>>>
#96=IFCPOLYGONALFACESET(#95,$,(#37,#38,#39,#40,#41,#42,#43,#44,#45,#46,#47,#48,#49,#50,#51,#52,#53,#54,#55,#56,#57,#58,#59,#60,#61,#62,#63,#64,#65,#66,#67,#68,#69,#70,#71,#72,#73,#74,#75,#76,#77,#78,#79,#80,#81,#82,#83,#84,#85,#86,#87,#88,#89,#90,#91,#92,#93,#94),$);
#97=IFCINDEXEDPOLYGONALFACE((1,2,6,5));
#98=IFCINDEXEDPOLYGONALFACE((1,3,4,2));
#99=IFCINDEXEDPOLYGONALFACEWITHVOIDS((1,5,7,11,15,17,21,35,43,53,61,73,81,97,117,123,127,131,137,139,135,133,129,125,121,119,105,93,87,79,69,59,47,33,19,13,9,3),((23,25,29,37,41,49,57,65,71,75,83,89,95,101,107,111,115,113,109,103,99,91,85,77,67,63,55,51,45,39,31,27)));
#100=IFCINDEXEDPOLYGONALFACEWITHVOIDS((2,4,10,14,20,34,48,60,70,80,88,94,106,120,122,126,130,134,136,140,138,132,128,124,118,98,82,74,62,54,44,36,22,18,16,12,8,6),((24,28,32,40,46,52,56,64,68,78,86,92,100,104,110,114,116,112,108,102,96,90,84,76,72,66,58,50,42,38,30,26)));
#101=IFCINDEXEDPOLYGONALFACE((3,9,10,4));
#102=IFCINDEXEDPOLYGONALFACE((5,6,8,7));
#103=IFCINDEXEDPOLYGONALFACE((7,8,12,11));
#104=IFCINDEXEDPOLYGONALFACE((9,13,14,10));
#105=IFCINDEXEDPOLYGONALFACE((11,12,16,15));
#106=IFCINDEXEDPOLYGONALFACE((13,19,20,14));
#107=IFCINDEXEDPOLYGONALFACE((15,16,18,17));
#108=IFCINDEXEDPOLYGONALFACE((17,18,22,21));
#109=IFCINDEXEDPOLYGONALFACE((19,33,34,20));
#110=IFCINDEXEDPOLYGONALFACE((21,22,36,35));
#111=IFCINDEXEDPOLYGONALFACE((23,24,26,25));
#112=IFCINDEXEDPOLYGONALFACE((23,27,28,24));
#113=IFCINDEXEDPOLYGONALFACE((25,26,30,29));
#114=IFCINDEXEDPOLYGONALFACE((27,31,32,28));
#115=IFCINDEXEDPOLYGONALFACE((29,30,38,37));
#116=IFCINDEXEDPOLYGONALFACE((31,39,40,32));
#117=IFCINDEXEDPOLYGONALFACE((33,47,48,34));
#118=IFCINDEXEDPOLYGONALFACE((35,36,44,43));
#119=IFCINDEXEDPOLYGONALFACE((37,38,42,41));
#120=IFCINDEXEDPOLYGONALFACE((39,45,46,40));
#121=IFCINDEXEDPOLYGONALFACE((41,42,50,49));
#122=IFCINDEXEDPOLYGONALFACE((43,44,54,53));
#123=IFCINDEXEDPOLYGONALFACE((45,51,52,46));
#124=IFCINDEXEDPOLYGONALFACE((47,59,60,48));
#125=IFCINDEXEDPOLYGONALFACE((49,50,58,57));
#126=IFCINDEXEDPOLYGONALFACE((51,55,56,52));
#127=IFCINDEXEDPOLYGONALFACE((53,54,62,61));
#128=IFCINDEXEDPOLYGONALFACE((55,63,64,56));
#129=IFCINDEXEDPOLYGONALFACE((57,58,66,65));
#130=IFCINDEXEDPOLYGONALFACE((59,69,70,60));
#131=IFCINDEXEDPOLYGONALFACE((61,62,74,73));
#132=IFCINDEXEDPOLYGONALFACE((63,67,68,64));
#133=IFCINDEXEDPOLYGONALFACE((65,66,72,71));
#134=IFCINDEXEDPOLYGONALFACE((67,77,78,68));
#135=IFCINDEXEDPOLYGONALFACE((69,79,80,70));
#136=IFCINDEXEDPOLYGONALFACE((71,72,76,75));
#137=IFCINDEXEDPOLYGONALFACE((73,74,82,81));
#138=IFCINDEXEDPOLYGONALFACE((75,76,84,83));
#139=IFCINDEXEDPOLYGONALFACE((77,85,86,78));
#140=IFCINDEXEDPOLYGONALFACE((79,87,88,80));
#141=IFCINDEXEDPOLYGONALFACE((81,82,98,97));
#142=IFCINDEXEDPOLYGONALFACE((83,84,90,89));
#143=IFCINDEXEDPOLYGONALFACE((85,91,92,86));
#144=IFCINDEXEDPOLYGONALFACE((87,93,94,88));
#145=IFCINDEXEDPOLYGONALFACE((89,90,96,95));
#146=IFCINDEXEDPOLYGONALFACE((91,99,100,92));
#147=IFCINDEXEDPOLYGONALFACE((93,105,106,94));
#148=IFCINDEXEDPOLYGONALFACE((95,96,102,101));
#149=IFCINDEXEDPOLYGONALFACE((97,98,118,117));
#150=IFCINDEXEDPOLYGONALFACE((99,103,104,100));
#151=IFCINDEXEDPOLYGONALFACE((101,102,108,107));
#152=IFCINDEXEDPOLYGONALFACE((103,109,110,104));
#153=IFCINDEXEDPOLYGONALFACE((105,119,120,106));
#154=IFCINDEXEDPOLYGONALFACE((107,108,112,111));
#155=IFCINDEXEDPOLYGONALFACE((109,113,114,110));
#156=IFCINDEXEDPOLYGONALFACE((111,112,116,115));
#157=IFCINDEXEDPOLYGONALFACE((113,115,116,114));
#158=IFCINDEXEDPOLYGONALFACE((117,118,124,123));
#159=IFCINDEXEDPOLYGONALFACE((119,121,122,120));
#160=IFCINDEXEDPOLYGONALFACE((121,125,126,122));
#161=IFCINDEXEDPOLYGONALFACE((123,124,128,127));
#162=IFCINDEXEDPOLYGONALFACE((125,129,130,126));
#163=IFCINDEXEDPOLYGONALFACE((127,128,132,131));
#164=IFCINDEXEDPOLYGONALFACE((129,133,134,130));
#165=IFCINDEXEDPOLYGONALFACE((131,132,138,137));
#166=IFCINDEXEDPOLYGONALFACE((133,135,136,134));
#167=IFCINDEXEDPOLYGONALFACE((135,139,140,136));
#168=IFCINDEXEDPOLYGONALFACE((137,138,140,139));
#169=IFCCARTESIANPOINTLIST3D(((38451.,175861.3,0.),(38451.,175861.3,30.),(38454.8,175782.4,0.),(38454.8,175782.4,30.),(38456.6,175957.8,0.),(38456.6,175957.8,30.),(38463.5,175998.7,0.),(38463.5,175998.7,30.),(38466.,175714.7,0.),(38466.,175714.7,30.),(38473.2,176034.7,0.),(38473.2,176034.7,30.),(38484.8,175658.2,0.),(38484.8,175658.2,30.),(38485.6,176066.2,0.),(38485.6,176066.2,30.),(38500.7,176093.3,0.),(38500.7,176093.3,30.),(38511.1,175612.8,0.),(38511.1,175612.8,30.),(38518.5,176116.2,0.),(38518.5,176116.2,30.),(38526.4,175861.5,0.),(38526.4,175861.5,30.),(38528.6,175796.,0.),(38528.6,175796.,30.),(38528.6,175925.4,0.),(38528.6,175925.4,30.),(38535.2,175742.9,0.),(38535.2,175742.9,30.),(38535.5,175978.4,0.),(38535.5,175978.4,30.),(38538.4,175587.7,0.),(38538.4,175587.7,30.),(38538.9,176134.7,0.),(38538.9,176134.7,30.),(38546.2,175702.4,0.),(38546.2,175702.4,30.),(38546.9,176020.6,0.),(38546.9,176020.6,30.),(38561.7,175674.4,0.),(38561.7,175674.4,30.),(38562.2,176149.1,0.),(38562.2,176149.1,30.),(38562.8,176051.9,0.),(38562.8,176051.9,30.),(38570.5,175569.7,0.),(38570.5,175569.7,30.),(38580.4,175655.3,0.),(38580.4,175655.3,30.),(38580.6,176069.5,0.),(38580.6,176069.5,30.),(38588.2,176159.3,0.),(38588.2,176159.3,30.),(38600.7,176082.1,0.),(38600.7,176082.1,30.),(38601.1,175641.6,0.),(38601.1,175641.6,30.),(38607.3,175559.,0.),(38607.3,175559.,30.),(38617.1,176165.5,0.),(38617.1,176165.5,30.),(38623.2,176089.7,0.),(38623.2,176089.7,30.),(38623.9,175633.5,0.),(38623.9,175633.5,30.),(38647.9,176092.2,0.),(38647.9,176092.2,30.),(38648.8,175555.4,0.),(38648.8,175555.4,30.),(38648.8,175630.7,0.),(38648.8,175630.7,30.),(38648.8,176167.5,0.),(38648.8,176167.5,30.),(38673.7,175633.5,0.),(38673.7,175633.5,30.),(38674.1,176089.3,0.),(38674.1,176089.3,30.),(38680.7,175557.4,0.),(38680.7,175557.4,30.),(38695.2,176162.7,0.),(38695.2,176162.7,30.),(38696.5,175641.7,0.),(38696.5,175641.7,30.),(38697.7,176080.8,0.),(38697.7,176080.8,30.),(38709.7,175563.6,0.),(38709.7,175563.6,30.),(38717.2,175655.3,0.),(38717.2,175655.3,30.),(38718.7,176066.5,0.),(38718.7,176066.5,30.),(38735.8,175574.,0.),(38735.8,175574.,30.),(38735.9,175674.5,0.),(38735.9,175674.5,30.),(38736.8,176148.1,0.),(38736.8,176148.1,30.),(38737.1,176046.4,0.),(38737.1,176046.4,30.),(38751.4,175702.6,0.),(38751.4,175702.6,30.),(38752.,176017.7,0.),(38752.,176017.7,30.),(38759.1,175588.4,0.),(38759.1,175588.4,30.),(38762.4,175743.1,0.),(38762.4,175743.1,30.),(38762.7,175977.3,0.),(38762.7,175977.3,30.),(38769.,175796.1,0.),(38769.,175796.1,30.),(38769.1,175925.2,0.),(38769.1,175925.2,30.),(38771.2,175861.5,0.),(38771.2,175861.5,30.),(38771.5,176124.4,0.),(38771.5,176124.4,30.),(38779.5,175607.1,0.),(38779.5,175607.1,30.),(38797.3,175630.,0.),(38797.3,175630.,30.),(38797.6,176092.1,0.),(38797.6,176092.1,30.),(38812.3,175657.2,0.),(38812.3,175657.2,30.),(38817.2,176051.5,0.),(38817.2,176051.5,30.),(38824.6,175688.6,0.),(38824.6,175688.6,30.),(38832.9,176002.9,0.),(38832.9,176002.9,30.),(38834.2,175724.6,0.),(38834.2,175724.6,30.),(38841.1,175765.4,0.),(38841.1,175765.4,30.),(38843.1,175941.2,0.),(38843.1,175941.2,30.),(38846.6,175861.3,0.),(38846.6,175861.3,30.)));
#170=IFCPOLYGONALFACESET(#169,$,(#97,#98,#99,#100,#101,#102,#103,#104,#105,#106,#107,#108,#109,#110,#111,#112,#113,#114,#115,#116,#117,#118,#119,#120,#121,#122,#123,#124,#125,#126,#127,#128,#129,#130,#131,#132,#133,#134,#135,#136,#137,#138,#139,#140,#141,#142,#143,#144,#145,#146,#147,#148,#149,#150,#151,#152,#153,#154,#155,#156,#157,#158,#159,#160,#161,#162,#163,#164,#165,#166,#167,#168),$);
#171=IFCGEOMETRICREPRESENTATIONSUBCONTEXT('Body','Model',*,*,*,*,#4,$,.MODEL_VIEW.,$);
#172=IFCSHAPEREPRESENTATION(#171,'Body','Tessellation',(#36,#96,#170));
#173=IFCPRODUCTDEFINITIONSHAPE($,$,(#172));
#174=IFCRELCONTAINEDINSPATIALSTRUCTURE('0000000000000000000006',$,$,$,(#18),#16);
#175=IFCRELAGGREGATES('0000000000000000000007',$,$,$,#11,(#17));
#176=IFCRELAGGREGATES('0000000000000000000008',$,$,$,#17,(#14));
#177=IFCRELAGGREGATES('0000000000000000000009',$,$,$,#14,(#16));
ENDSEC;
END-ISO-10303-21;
<<<
◆ **WHAT TO WORK ON**
Every line that holds the word "IFCRELAGGREGATES" should be copied from the listing.

◆ **ANSWER SECTION**
#175=IFCRELAGGREGATES('0000000000000000000007',$,$,$,#11,(#17));
#176=IFCRELAGGREGATES('0000000000000000000008',$,$,$,#17,(#14));
#177=IFCRELAGGREGATES('0000000000000000000009',$,$,$,#14,(#16));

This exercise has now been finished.